# [Activity]
Locate each line with the string "world" in the listing below and copy it.

# [Listed entries]
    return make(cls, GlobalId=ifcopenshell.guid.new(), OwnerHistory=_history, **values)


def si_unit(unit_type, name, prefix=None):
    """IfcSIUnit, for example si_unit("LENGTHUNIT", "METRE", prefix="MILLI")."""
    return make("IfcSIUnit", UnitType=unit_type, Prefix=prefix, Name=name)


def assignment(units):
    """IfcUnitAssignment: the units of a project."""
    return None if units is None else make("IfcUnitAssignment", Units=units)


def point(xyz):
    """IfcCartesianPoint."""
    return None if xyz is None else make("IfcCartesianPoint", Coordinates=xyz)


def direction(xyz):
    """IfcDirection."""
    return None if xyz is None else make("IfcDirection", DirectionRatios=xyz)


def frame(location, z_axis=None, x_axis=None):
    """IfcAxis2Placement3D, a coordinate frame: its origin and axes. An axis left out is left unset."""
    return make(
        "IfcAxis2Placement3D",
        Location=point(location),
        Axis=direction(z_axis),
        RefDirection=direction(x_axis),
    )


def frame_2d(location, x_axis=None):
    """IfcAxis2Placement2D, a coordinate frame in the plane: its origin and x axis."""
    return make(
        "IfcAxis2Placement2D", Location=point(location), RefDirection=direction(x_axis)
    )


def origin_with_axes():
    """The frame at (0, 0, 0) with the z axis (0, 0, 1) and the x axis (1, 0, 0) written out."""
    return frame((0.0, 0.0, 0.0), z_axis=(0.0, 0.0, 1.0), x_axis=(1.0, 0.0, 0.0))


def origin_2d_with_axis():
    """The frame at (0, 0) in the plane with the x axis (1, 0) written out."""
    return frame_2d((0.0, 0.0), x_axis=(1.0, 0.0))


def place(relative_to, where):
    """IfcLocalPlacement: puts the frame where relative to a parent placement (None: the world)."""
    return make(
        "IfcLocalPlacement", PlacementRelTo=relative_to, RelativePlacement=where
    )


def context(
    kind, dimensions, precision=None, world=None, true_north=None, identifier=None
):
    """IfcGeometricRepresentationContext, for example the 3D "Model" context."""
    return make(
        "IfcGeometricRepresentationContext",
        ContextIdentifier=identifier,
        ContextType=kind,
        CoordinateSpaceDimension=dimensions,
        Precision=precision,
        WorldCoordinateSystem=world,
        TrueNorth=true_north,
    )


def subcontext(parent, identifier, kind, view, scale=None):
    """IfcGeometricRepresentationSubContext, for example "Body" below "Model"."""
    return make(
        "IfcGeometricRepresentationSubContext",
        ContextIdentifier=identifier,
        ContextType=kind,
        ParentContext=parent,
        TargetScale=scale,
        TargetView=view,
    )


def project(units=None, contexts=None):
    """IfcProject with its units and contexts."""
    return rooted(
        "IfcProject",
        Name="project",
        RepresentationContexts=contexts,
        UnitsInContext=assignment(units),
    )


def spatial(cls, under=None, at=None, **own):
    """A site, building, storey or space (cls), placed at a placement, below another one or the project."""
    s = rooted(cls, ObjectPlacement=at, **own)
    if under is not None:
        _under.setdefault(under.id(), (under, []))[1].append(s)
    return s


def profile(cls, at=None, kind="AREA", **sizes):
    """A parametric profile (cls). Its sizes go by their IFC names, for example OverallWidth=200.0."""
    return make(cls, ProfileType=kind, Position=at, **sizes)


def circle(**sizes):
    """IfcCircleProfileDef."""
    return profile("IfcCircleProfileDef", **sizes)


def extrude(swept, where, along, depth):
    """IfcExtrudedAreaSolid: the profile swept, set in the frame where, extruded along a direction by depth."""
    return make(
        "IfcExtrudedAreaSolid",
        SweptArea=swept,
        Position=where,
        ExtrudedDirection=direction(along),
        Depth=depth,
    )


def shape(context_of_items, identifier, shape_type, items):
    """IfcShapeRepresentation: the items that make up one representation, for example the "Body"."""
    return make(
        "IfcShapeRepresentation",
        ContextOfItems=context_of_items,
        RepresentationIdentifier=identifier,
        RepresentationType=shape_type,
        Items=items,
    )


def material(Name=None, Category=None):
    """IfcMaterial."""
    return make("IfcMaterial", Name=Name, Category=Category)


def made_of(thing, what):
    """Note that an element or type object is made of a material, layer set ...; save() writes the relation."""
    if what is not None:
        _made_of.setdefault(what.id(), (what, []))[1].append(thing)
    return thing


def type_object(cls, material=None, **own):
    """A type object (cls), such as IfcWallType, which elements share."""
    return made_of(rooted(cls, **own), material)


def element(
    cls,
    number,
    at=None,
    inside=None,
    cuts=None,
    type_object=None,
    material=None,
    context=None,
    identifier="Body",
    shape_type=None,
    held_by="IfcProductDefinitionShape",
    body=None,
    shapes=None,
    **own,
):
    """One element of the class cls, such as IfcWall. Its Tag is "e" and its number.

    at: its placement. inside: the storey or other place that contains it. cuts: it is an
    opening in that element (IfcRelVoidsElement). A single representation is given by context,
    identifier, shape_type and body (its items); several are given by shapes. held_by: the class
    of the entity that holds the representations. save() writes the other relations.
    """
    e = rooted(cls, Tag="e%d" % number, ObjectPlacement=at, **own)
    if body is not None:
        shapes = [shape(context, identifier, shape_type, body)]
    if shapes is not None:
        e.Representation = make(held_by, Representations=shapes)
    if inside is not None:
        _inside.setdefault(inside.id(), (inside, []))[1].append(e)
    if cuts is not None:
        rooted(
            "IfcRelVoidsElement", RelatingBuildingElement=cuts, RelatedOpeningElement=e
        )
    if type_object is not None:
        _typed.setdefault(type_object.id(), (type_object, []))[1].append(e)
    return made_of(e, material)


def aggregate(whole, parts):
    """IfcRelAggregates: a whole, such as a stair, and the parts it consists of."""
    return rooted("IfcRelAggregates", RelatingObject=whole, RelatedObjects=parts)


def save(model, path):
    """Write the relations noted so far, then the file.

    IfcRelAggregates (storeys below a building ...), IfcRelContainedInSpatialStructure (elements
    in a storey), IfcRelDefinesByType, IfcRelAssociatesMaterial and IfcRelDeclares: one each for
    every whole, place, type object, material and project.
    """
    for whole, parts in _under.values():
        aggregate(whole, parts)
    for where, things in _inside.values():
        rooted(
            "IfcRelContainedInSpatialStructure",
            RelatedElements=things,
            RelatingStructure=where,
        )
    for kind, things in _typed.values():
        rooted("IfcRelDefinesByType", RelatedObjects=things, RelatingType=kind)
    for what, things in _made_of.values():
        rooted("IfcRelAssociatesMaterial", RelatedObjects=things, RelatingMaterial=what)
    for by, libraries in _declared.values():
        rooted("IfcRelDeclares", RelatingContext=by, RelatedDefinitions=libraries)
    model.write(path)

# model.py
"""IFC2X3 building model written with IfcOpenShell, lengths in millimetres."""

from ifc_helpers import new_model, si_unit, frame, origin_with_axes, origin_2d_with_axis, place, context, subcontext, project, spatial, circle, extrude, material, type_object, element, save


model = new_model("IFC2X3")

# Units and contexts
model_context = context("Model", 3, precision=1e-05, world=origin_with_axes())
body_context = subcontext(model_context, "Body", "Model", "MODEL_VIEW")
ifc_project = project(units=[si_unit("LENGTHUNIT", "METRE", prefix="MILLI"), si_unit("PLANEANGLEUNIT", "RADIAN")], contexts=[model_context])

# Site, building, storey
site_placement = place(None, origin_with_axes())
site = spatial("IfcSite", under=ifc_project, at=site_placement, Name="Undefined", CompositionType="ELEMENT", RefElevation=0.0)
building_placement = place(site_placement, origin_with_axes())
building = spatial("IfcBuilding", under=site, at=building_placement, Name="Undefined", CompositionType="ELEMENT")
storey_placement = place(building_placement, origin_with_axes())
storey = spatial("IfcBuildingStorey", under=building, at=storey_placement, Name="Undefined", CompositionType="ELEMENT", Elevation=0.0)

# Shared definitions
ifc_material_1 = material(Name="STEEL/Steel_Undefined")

...

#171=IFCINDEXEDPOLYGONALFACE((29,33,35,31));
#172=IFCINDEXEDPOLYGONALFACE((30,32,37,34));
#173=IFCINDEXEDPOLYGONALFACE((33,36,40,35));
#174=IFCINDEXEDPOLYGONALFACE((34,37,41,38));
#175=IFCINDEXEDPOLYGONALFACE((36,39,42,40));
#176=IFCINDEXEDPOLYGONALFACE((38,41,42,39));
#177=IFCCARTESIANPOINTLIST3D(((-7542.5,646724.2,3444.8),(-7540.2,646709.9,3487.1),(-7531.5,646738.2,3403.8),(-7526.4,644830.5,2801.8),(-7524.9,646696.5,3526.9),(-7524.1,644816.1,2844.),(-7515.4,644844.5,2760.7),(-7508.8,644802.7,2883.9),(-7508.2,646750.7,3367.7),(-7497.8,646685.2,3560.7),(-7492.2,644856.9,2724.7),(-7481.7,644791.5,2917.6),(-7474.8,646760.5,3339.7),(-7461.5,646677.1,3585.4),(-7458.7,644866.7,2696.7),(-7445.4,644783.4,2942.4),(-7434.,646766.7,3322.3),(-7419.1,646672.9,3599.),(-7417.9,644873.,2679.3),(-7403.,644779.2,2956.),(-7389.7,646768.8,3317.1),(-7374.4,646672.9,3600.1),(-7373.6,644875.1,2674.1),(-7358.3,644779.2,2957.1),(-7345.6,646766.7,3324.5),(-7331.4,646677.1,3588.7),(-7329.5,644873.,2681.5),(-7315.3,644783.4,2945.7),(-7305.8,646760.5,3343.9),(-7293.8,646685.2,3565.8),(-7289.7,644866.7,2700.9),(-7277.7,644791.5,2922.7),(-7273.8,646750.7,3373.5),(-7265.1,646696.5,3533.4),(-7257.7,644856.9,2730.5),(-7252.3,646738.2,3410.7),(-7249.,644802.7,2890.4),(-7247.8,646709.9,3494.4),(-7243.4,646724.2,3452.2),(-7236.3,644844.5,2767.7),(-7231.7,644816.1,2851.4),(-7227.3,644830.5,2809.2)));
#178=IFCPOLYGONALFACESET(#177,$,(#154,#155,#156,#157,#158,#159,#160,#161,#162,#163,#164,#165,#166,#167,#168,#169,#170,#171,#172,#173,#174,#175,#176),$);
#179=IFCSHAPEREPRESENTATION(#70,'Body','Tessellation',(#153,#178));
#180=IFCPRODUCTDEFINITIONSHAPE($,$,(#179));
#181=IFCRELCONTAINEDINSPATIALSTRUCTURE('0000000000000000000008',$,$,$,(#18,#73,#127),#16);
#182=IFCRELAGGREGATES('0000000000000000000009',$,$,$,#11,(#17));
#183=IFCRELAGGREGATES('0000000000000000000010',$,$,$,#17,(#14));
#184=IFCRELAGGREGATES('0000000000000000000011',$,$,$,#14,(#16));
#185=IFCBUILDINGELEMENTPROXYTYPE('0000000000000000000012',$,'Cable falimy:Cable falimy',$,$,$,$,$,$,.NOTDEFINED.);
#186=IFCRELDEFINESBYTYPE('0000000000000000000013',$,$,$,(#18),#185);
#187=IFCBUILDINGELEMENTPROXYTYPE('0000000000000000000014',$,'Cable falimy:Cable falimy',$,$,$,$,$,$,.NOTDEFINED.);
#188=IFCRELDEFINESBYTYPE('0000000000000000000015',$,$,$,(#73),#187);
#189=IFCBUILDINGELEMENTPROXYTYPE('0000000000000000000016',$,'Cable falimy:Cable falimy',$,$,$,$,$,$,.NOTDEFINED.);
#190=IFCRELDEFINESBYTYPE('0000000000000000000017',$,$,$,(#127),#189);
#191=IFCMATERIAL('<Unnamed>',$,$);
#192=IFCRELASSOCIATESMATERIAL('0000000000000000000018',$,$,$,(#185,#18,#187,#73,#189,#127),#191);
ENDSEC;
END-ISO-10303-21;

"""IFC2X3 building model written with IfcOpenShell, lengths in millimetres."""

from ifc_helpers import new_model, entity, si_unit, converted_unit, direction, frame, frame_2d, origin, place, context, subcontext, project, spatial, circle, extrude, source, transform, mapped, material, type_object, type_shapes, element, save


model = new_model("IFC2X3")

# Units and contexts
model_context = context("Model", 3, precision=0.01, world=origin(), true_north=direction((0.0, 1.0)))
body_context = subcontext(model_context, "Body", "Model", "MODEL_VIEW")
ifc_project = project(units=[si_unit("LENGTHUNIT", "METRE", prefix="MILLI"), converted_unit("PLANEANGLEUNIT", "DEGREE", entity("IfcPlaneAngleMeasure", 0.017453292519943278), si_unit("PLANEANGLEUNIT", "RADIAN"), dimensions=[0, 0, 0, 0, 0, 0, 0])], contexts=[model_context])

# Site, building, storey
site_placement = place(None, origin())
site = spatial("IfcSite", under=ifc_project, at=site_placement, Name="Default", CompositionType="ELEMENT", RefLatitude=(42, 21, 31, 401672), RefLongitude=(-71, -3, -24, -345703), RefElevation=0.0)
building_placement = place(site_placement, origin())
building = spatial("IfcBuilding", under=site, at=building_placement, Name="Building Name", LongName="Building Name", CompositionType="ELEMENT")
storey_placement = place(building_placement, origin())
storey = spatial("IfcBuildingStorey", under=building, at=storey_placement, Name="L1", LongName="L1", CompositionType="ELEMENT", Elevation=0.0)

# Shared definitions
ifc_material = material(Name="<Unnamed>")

# [Your response]
    """IfcLocalPlacement: puts the frame where relative to a parent placement (None: the world)."""
    kind, dimensions, precision=None, world=None, true_north=None, identifier=None
        WorldCoordinateSystem=world,
model_context = context("Model", 3, precision=1e-05, world=origin_with_axes())
model_context = context("Model", 3, precision=0.01, world=origin(), true_north=direction((0.0, 1.0)))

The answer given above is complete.